• _Extracted entries_
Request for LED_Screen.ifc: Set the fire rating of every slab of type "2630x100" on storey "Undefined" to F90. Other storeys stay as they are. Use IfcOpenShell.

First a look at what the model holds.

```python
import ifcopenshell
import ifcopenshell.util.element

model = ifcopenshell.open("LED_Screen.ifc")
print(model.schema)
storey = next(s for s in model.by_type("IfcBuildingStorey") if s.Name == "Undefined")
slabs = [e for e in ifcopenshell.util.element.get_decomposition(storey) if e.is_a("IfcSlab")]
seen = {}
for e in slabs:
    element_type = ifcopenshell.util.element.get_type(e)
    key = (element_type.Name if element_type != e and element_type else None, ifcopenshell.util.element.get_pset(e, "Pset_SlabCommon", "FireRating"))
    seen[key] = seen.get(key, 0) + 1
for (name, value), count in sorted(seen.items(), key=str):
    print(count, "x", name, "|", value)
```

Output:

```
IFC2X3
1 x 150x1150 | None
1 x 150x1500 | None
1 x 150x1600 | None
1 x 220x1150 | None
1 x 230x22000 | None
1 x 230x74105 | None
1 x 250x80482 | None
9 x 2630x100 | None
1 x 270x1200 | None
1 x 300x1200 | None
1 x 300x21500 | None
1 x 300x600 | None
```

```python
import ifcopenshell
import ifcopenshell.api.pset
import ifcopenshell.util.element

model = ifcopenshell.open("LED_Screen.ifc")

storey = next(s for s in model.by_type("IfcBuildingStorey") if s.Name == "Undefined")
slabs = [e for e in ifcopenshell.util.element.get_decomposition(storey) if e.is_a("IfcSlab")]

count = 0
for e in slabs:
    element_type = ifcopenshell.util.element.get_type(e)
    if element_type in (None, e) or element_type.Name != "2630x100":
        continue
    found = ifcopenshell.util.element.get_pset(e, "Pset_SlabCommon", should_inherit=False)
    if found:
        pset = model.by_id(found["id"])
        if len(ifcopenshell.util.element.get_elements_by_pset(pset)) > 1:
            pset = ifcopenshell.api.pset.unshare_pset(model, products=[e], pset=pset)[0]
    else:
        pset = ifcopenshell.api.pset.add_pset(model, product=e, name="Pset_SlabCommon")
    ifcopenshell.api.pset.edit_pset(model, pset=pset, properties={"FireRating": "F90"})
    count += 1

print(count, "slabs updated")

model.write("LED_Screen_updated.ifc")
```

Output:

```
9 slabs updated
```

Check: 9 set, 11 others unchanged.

• _Task instructions_
All of the records must be repeated exactly.

• _Answer space_
Request for LED_Screen.ifc: Set the fire rating of every slab of type "2630x100" on storey "Undefined" to F90. Other storeys stay as they are. Use IfcOpenShell.

First a look at what the model holds.

```python
import ifcopenshell
import ifcopenshell.util.element

model = ifcopenshell.open("LED_Screen.ifc")
print(model.schema)
storey = next(s for s in model.by_type("IfcBuildingStorey") if s.Name == "Undefined")
slabs = [e for e in ifcopenshell.util.element.get_decomposition(storey) if e.is_a("IfcSlab")]
seen = {}
for e in slabs:
    element_type = ifcopenshell.util.element.get_type(e)
    key = (element_type.Name if element_type != e and element_type else None, ifcopenshell.util.element.get_pset(e, "Pset_SlabCommon", "FireRating"))
    seen[key] = seen.get(key, 0) + 1
for (name, value), count in sorted(seen.items(), key=str):
    print(count, "x", name, "|", value)
```

Output:

```
IFC2X3
1 x 150x1150 | None
1 x 150x1500 | None
1 x 150x1600 | None
1 x 220x1150 | None
1 x 230x22000 | None
1 x 230x74105 | None
1 x 250x80482 | None
9 x 2630x100 | None
1 x 270x1200 | None
1 x 300x1200 | None
1 x 300x21500 | None
1 x 300x600 | None
```

```python
import ifcopenshell
import ifcopenshell.api.pset
import ifcopenshell.util.element

model = ifcopenshell.open("LED_Screen.ifc")

storey = next(s for s in model.by_type("IfcBuildingStorey") if s.Name == "Undefined")
slabs = [e for e in ifcopenshell.util.element.get_decomposition(storey) if e.is_a("IfcSlab")]

count = 0
for e in slabs:
    element_type = ifcopenshell.util.element.get_type(e)
    if element_type in (None, e) or element_type.Name != "2630x100":
        continue
    found = ifcopenshell.util.element.get_pset(e, "Pset_SlabCommon", should_inherit=False)
    if found:
        pset = model.by_id(found["id"])
        if len(ifcopenshell.util.element.get_elements_by_pset(pset)) > 1:
            pset = ifcopenshell.api.pset.unshare_pset(model, products=[e], pset=pset)[0]
    else:
        pset = ifcopenshell.api.pset.add_pset(model, product=e, name="Pset_SlabCommon")
    ifcopenshell.api.pset.edit_pset(model, pset=pset, properties={"FireRating": "F90"})
    count += 1

print(count, "slabs updated")

model.write("LED_Screen_updated.ifc")
```

Output:

```
9 slabs updated
```

Check: 9 set, 11 others unchanged.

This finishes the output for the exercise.